SourceForge Headquarters 225 Broadway Suite 1600 San Diego, CA 92101 +1 (858) 454-5900

Hello Brian. 

Summary...

  1. This is good news, nice to see progress.

  2. I'll be back on the C impl by the 22nd,
     the interfaces are solid, coding won't
     be too tough.

  3. See the new whitespace folding proposal below.
     In this proposal, new lines and leading/trailing
     whitespace is not significant.

  4. I'd like to add binary values and leaves
     back into the core model since this problem
     is solved (see earlier posts)

Details...

| While we wait for your C engine...

Very cool.

| I really want to start playing ith this stuff *now*. 

Absolutely...

| - Interface consists of 2 functions: serialize() and deserialize().
|   - serialize() takes a list of hashes and returns a string
|   - deserialize() takes a string and returns a list of hashes

Nice.  A bulk of the "C" interface is really working on the
parser/printer interface.  Comments on the interface by
implementers in other languages would be very cool.

| - Support Hashes, Lists, Scalars, Objects and Undef(Null).
|   - BTW, why isn't "Null" in the data model currently?

It should be added.  It is in the "C" API.  Also, due to
the re-formulation of the "C" API and the discovery that
binary values can be round-tripped reliably, keys should
be allowed to be binary as well!

| - Can you explain why folding is needed again. Nobody I'm
|   working with seems to get it.

0.   See a compromise proposal below.

1.   Folding is simple.  Consecutive whitespace in the 
     YAML text are condenced into a single space 0x20.
     Other whitespace must be escaped, just like $@#
     and other significant characters must be escaped.

2.   For most of the business use cases, whitespace formatting 
     is not significant.  An extra space or two or a new 
     line or a tab character are not important.   If the 
     distinctions *are* important, then they should be 
     modeled, for example, like the HTML <P>aragraph marker.
     In my opinion, HTML's success was in no small part
     due to it's whitespace folding properties.

3.   For readability, it is often important to keep the YAML
     file word-wrapped by column 76.  If whitespace is significant
     then this becomes problematic or hard-to-define (undersand).
     This is important when re-structing texts (cut/paste).
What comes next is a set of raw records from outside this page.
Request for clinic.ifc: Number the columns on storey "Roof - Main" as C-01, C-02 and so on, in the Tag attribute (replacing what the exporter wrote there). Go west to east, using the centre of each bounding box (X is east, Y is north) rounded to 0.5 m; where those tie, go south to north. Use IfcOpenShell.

First a look at what the model holds.

```python
import ifcopenshell
import ifcopenshell.util.element
import ifcopenshell.util.placement

model = ifcopenshell.open("clinic.ifc")
print(model.schema)
storey = next(s for s in model.by_type("IfcBuildingStorey") if s.Name == "Roof - Main")
columns = [e for e in ifcopenshell.util.element.get_decomposition(storey) if e.is_a("IfcColumn")]
for e in sorted(columns, key=lambda e: e.id()):
    origin = ifcopenshell.util.placement.get_local_placement(e.ObjectPlacement)[:3, 3]
    print(e.id(), e.Tag, e.Name, origin.round(2) + 0.0, sep=" | ")
```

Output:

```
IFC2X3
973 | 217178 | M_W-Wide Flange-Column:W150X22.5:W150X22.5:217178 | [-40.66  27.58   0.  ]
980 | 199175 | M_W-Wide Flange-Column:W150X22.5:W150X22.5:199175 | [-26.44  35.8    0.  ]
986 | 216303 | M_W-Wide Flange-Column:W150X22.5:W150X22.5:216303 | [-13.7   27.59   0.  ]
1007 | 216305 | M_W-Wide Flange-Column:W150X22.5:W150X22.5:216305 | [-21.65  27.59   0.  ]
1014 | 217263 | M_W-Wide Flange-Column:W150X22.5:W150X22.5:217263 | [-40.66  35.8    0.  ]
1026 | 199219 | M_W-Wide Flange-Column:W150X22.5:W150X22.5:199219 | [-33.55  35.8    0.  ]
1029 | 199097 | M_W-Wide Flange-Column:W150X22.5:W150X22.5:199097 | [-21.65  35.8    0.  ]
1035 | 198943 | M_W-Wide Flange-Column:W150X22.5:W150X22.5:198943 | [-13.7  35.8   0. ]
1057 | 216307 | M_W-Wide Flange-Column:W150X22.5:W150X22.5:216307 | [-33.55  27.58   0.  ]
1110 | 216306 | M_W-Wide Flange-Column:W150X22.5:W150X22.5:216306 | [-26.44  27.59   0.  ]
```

```python
import ifcopenshell
import ifcopenshell.geom
import ifcopenshell.util.element
import ifcopenshell.util.shape

model = ifcopenshell.open("clinic.ifc")
settings = ifcopenshell.geom.settings()
settings.set("use-world-coords", True)


def centre(element):
    shape = ifcopenshell.geom.create_shape(settings, element)
    return ifcopenshell.util.shape.get_bbox_centroid(shape.geometry)


storey = next(s for s in model.by_type("IfcBuildingStorey") if s.Name == "Roof - Main")
columns = [e for e in ifcopenshell.util.element.get_decomposition(storey) if e.is_a("IfcColumn")]

# Insertion points can sit at a corner or the storey origin, so sort by the geometry (in metres).
centres = {e: centre(e) for e in columns}
columns.sort(key=lambda e: (round(centres[e][0] / 0.5), centres[e][1]))

for i, e in enumerate(columns, start=1):
    number = f"C-{i:02d}"
    e.Tag = number
    print(e.id(), number)

model.write("clinic_v2.ifc")
```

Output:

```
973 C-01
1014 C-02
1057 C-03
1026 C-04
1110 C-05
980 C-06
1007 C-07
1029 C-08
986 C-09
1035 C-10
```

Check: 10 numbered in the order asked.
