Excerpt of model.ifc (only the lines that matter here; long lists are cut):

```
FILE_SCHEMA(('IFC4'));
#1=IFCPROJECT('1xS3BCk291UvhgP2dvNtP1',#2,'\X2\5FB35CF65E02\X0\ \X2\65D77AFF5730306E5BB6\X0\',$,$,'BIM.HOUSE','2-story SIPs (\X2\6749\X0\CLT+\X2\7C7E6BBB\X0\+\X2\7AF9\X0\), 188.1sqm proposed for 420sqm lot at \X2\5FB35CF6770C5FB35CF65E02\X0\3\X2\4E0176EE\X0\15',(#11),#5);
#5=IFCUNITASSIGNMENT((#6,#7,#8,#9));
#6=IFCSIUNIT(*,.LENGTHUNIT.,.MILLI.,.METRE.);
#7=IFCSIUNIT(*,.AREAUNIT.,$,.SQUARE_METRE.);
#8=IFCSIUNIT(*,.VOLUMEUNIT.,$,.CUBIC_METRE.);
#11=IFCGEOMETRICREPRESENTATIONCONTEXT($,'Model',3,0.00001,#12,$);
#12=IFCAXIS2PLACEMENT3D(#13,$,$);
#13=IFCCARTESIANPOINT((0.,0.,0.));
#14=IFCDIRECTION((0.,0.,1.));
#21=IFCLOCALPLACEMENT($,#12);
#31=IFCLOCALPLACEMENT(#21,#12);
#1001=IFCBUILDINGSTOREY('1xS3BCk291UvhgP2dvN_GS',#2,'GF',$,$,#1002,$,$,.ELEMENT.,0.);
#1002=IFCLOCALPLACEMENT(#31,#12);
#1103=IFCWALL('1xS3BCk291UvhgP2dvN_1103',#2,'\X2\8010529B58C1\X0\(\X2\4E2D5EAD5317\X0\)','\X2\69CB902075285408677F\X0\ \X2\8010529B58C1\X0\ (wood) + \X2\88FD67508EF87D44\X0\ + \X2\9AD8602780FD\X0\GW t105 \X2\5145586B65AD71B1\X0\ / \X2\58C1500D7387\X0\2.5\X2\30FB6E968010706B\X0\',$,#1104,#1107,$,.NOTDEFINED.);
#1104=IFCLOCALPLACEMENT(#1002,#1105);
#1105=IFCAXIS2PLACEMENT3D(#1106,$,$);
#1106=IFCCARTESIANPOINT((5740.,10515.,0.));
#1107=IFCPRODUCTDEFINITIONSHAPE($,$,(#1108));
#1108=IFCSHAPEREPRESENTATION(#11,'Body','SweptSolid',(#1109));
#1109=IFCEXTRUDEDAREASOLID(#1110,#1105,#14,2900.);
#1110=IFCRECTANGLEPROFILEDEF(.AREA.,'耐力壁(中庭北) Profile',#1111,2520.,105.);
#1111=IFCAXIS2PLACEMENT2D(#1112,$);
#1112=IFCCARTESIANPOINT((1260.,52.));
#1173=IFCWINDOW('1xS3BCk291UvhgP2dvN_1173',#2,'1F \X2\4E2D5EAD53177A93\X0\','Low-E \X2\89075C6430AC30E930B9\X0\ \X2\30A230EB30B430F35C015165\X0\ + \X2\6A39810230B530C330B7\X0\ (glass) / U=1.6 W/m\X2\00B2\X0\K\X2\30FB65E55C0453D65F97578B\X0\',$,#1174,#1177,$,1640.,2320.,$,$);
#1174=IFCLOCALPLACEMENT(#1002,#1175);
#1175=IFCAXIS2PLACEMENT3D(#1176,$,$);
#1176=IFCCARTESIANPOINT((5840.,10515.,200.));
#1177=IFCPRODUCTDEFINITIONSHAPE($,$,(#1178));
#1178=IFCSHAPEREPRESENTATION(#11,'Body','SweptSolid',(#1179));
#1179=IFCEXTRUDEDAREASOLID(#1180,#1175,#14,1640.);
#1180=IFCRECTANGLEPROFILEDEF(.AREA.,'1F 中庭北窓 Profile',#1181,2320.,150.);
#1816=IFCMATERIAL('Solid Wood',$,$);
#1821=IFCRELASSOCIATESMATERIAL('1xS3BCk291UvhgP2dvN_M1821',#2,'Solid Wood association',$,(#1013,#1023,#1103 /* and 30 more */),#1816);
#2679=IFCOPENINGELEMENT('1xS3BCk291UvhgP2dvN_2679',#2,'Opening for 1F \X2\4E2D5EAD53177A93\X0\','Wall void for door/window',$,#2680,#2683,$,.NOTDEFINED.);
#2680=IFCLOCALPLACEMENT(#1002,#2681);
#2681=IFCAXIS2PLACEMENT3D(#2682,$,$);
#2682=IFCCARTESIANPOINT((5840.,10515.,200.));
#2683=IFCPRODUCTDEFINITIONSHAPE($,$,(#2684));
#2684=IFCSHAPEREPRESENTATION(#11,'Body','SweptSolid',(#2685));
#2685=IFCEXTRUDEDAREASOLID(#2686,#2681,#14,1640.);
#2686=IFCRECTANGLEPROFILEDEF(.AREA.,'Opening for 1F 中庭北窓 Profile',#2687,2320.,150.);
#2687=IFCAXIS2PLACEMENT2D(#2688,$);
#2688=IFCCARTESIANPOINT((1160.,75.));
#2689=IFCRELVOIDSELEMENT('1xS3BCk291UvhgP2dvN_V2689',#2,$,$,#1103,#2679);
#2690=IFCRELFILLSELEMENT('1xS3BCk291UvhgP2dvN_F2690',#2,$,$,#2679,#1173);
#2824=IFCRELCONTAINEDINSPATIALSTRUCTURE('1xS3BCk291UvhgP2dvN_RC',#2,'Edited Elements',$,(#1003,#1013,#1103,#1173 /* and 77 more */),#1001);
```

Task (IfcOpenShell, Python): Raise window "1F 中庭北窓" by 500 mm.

```python
import numpy as np
import ifcopenshell
import ifcopenshell.api.geometry
import ifcopenshell.util.placement
import ifcopenshell.util.unit

model = ifcopenshell.open("model.ifc")
unit_scale = ifcopenshell.util.unit.calculate_unit_scale(model)

window = model.by_guid("1xS3BCk291UvhgP2dvN_1173")
opening = window.FillsVoids[0].RelatingOpeningElement
dz = 500.0

shift = np.array([0.0, 0.0, dz])
# The window is not placed relative to its opening, so move both.
for product in (opening, window):
    matrix = ifcopenshell.util.placement.get_local_placement(product.ObjectPlacement)
    matrix[:3, 3] += shift
    ifcopenshell.api.geometry.edit_object_placement(model, product=product, matrix=matrix, is_si=False)

print(f"moved by {dz * unit_scale:+.3f} m")

model.write("model_updated.ifc")
```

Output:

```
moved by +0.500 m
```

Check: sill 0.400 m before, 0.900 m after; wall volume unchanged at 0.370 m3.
4.   I strongly object to "layering" this.  If it is layered,
     then there can be different interpretations, etc.
     Confusing, YUCK.  Ask any XML guru how xml:space works.
     You will be greeted with a sigh, or more likely
     blank stare.  Further, YAML is different from XML 
     in that whitespace has markup significance, it is 
     helpful if it does not have application significance.

| Why would you ever want "lossy" data serialization? 

It is not lossy.  Not by any strech of the imagination.
Lossy means what you put in you don't get back out. Not 
true.  If you use the API to send "A  B", then the extra
space will have to be escaped.  This isn't lossy, it
is a simple rule.  Much like :@#$ need to be escaped.

| Maybe folding doesn't belong in the data model.
| it could just be a standard YAML tool, like MIME
| encoding. It would certainly simplify our syntax 
| considerably.

I think I'd like to build in the BASE64 encoding
into the core as well, using the [BASE64] mechanism
per the proposal before coloring.  Given the ability
to strongly support this at the API level, I'm 
in favor.  

How the base64 encoding affects denter: (a) if you
have a unicode string, then the input is encoded
as unicode, (b) if you have a regular, 8-bit clean
string, then...

  1. If the binary value is valid UTF-8, (fitting
     the char production) then the value can be
     saved as unicode.

  2. Otherwise, the value is Base64 encoded.

When loading, the non-base64 strings can be 
read into the unicode scalar value.  Otherwise,
they should be loaded into the 8-bit clean string.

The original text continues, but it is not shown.